05-01-2020, 07:37 AM
(04-30-2020, 06:49 PM)kuleszdl Wrote: Please find attached the kernel log with the crash when the PCIe card is inserted:
I am running the current 5.6 Mainline kernel from Debian unstable.
I found a report about similar issues on the Manjaro forums:
https://forum.manjaro.org/t/freezes-on-r...4/97978/85
I tried limiting the number of CPU cores as suggested there by appending
Code:maxcpus=1
to the kernel command line. However, this did not work either. I am getting basically the following error now:
Code:Internal error: synchrononous external abort: 96000210 [#1] SMP
Any ideas?
This is exactly the error described above:
https://forum.pine64.org/showthread.php?...2#pid64622
Quote:It may be the hardware issue, but do note there is an issue with the rk3399 pcie controller that is currently unmitigated.

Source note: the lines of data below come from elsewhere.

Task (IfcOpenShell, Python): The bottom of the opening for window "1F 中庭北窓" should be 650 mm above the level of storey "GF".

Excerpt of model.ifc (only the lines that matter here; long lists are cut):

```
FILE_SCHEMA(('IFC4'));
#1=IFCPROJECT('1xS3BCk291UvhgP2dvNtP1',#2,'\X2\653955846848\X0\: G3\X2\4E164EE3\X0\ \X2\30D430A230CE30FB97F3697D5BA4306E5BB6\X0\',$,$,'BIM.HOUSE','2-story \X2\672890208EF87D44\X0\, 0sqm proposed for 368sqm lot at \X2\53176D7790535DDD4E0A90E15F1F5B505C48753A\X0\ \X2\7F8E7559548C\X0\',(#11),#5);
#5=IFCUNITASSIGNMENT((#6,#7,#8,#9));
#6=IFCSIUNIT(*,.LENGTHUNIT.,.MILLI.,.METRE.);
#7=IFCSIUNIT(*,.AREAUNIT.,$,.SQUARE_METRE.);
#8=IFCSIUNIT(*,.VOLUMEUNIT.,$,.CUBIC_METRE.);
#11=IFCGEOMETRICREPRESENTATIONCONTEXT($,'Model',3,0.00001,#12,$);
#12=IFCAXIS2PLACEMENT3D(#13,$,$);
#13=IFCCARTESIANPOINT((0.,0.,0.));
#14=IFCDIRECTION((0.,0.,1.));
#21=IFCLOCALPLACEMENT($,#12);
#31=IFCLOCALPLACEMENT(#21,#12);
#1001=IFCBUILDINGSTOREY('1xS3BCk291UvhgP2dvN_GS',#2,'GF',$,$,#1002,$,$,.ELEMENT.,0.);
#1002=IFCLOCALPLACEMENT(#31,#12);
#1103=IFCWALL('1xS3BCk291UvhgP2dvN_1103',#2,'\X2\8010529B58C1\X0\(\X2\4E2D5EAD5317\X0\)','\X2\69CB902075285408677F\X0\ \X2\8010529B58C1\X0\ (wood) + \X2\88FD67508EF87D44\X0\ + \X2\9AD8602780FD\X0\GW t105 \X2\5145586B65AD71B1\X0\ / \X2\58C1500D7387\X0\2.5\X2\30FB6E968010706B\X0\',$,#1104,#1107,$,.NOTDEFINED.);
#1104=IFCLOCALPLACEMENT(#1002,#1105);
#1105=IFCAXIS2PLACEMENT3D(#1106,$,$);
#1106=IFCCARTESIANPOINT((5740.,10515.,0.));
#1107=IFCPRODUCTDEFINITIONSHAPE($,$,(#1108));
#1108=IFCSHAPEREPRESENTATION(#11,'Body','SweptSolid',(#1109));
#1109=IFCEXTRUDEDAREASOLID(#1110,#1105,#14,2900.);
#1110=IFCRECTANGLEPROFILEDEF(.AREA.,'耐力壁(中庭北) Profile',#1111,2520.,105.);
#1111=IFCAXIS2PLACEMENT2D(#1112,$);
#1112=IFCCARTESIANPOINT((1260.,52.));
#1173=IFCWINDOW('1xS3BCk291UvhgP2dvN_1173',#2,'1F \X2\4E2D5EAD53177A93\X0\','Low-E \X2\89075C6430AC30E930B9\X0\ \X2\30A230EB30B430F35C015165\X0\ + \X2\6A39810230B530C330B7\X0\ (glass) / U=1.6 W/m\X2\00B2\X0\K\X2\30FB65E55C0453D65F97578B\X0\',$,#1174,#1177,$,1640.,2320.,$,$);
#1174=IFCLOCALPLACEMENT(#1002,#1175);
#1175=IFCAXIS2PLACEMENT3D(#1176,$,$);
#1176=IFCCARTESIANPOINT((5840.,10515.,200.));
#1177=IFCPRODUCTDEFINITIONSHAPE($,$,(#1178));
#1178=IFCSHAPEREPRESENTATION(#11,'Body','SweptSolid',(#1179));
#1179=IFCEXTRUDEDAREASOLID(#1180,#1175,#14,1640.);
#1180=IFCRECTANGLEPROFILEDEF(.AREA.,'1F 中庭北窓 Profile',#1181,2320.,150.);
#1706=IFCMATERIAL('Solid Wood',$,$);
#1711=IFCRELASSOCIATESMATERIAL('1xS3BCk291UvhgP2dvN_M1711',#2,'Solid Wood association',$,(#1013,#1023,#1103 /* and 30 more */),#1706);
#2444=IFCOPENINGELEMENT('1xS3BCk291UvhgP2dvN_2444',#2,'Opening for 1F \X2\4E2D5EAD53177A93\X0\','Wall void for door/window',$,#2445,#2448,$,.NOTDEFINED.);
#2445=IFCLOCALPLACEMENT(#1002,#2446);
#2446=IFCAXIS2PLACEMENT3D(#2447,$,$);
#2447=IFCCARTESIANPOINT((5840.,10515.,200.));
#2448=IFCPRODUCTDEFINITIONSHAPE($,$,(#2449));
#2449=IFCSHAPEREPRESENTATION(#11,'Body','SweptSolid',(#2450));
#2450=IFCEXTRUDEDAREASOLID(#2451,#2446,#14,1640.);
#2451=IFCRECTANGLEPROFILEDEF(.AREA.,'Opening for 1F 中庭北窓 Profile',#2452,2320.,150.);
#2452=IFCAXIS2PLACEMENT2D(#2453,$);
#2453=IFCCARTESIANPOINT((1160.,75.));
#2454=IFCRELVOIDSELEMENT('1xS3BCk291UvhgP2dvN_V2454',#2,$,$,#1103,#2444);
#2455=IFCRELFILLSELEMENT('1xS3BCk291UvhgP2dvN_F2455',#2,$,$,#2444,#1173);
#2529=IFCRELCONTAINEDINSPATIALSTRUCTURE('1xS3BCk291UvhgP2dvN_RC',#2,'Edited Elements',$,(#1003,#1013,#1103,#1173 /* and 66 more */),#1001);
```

```python
import numpy as np
import ifcopenshell
import ifcopenshell.api.geometry
import ifcopenshell.geom
import ifcopenshell.util.element
import ifcopenshell.util.placement
import ifcopenshell.util.shape
import ifcopenshell.util.unit

model = ifcopenshell.open("model.ifc")
unit_scale = ifcopenshell.util.unit.calculate_unit_scale(model)

window = model.by_id(1173)
opening = window.FillsVoids[0].RelatingOpeningElement
storey = ifcopenshell.util.element.get_container(window, ifc_class="IfcBuildingStorey")
level = ifcopenshell.util.placement.get_local_placement(storey.ObjectPlacement)[2, 3]

# The opening's origin need not be at the sill, so measure its lowest point.
shape = ifcopenshell.geom.create_shape(ifcopenshell.geom.settings(), opening)
bottom = ifcopenshell.util.shape.get_shape_bottom_elevation(shape, shape.geometry) / unit_scale
dz = level + 650.0 - bottom

shift = np.array([0.0, 0.0, dz])
# The window is not placed relative to its opening, so move both.
for product in (opening, window):
    matrix = ifcopenshell.util.placement.get_local_placement(product.ObjectPlacement)
    matrix[:3, 3] += shift
    ifcopenshell.api.geometry.edit_object_placement(model, product=product, matrix=matrix, is_si=False)

print(f"moved by {dz * unit_scale:+.3f} m")

model.write("model_updated.ifc")
```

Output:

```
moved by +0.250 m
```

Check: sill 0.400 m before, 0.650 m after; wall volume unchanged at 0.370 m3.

See the LKML thread here : https://lore.kernel.org/linux-pci/CAMdYz...gmail.com/
Also see this for additional information : https://lkml.org/lkml/2020/4/6/320
TLDR: We found the rk3399 throws either a synchronous error or a SError when a pcie device sends an unknown message.
The error type is determined by which cpu cluster handles the message.
We hijacked the arm64 error handling and processed it ourselves, and that corrects the issue, but it's not a good fix.
In the end, it was determined that significant changes to how arm64 handles pcie errors in the linux kernel need to happen.
There's a hack in the mailing list to disable SError handling (https://lkml.org/lkml/diff/2020/4/27/1041/1) , then you can load the pcie module manually with:
Code:
taskset -c 4 modprobe pcie_rockchip_host
But this is nothing more than a hack, in the end the pcie controller doesn't handle certain error sequences correctly which is a hardware bug.